The lines to copy are those holding the string "IFCWALLSTANDARDCASE" in the entries below.

Collected data entries.
^^^^^^^^^^^^^^^^
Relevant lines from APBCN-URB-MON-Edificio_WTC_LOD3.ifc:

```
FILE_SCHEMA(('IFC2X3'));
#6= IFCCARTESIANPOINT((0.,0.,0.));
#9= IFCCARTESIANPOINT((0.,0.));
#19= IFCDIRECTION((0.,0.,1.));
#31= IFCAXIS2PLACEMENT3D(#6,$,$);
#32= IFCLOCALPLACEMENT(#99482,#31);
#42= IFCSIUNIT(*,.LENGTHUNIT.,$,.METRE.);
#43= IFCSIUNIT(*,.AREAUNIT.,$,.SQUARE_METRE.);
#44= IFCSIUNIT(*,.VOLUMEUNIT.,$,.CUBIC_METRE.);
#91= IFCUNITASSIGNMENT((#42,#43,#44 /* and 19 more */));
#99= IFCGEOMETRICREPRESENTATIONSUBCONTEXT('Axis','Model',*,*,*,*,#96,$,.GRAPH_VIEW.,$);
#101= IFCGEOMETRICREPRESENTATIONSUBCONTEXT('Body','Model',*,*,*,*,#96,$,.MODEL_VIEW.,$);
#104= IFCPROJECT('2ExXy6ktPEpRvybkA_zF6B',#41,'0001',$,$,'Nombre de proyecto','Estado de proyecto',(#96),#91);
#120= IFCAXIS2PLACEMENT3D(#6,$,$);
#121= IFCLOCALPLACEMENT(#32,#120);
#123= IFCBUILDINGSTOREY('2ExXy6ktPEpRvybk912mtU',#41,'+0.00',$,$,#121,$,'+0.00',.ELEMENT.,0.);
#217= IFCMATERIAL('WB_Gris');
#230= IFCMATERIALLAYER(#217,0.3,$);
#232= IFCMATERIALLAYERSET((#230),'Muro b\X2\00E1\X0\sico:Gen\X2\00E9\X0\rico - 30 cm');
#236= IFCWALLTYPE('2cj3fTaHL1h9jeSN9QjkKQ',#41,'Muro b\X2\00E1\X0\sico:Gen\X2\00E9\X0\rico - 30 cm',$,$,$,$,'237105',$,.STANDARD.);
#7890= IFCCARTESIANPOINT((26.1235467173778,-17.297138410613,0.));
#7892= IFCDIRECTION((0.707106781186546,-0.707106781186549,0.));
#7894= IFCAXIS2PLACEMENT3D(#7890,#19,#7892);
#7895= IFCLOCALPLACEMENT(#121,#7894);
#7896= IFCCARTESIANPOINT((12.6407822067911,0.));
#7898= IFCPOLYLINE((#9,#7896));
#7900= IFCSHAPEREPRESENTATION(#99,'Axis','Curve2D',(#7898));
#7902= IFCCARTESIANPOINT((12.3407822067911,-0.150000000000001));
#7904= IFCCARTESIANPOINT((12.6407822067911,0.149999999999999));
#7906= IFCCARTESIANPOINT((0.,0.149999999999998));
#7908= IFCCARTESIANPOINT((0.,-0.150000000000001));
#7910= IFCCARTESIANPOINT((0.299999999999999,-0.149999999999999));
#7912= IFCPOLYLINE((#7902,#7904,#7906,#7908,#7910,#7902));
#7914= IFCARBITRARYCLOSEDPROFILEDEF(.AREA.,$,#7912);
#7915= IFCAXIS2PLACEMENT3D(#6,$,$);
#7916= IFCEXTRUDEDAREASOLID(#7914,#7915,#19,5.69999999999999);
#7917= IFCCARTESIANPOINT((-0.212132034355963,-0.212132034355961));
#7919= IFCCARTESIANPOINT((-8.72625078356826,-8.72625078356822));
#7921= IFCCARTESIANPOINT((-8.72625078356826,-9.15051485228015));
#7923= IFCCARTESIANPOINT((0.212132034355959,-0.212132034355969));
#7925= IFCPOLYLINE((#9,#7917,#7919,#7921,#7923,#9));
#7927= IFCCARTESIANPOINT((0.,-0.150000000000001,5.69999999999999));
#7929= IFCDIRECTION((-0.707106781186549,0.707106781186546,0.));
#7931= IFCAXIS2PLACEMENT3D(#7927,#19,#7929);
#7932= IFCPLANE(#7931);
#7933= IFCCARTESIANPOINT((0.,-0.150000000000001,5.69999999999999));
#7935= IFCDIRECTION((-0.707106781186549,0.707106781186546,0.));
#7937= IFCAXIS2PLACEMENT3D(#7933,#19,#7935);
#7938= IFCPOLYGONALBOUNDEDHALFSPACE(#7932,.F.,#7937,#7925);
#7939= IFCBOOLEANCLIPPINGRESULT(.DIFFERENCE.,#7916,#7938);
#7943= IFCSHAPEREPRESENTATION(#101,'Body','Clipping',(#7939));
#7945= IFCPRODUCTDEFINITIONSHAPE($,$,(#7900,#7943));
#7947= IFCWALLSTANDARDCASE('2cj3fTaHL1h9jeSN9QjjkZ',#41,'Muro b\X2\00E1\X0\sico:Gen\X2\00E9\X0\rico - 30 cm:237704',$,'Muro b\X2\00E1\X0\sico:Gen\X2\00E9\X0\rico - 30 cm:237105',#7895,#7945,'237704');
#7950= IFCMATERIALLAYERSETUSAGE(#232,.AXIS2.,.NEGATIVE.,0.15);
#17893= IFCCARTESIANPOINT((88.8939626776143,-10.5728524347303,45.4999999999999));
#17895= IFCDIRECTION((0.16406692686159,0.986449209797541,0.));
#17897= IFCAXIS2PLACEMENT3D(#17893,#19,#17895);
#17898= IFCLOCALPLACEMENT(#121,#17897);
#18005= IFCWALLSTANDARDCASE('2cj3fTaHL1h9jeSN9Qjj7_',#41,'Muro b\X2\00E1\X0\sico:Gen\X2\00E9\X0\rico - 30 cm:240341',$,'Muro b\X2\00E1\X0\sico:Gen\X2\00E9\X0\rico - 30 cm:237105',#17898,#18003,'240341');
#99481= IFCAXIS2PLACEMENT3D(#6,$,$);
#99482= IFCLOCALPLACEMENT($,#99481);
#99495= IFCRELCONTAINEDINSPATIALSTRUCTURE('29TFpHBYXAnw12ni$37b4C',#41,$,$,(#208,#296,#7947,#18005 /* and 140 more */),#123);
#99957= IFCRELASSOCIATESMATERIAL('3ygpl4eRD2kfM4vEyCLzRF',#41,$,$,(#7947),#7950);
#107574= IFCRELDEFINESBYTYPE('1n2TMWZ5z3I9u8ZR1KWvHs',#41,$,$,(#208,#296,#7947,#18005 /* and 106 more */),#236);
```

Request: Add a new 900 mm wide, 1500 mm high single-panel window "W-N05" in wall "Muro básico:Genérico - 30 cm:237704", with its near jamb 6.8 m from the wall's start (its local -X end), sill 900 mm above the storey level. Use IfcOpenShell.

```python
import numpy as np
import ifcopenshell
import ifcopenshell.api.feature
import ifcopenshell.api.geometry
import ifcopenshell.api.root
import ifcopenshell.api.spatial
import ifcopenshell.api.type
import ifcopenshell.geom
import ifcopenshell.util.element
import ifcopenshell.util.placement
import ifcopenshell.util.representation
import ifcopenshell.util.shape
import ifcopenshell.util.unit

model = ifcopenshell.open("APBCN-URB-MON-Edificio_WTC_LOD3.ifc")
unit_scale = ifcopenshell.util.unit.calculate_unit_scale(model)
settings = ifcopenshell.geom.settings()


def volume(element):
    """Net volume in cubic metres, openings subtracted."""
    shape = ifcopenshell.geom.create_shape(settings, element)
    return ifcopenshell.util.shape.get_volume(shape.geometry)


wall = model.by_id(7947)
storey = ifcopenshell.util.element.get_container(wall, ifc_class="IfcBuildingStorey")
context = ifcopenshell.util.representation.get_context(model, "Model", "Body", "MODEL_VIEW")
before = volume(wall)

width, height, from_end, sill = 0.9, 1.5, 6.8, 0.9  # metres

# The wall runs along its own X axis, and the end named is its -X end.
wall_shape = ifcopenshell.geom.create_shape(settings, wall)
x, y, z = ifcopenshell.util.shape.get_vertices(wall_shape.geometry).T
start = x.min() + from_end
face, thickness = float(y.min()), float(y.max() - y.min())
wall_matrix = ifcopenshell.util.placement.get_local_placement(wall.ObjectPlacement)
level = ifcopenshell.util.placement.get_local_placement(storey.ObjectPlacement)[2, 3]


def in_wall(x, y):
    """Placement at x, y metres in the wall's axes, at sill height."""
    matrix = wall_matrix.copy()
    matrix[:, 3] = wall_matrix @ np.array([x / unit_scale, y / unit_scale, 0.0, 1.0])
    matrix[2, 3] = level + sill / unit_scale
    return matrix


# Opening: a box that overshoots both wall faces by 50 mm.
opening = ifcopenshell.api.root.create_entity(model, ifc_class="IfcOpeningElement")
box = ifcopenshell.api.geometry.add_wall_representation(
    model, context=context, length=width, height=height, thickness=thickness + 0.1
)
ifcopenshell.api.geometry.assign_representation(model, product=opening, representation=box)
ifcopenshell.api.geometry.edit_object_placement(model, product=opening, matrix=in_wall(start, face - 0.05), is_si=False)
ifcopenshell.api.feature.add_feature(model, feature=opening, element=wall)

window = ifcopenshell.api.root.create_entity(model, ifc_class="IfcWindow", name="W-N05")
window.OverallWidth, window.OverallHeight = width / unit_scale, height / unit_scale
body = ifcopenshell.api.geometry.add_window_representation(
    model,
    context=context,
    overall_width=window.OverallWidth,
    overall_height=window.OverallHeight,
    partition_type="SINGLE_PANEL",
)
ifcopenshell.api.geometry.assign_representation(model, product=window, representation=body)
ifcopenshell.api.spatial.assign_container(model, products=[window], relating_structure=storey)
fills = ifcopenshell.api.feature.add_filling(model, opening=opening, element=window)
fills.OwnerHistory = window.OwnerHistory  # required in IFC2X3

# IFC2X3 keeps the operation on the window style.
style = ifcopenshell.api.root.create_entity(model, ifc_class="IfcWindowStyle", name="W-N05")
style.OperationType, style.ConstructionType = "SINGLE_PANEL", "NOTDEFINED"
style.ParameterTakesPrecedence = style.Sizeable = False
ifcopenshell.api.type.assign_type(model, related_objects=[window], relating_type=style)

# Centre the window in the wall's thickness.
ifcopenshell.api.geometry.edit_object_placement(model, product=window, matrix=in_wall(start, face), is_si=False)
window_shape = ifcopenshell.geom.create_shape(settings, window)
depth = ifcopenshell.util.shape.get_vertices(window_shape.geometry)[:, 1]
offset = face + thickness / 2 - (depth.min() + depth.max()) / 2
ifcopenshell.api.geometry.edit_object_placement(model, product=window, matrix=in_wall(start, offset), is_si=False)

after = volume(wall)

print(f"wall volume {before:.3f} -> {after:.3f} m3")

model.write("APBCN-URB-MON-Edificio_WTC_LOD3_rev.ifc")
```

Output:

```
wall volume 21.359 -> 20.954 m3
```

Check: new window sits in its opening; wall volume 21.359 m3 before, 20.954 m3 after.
^^^^^^^^^^^^^^^^
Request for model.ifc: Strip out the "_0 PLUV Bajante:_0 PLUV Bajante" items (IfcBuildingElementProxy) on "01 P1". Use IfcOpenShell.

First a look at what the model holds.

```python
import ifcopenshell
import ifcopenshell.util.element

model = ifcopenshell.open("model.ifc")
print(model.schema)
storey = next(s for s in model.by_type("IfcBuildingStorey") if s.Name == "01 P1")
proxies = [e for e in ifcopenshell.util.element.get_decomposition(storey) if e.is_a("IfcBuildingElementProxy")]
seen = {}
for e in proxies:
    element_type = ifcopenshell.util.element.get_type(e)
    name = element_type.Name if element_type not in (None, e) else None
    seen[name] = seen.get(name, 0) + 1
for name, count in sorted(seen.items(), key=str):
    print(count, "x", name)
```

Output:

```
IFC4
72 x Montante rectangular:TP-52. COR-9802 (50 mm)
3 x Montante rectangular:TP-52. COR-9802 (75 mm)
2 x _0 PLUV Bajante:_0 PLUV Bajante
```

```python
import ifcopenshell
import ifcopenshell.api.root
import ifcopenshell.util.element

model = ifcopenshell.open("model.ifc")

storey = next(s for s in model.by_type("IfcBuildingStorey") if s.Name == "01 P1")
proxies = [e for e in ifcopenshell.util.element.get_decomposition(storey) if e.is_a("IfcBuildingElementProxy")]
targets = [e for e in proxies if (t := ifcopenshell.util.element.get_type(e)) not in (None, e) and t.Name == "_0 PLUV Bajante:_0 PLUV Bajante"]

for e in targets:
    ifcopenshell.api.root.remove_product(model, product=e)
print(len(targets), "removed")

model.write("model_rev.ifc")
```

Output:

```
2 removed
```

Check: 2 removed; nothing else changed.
^^^^^^^^^^^^^^^^
Answer box.
#7947= IFCWALLSTANDARDCASE('2cj3fTaHL1h9jeSN9QjjkZ',#41,'Muro b\X2\00E1\X0\sico:Gen\X2\00E9\X0\rico - 30 cm:237704',$,'Muro b\X2\00E1\X0\sico:Gen\X2\00E9\X0\rico - 30 cm:237105',#7895,#7945,'237704');
#18005= IFCWALLSTANDARDCASE('2cj3fTaHL1h9jeSN9Qjj7_',#41,'Muro b\X2\00E1\X0\sico:Gen\X2\00E9\X0\rico - 30 cm:240341',$,'Muro b\X2\00E1\X0\sico:Gen\X2\00E9\X0\rico - 30 cm:237105',#17898,#18003,'240341');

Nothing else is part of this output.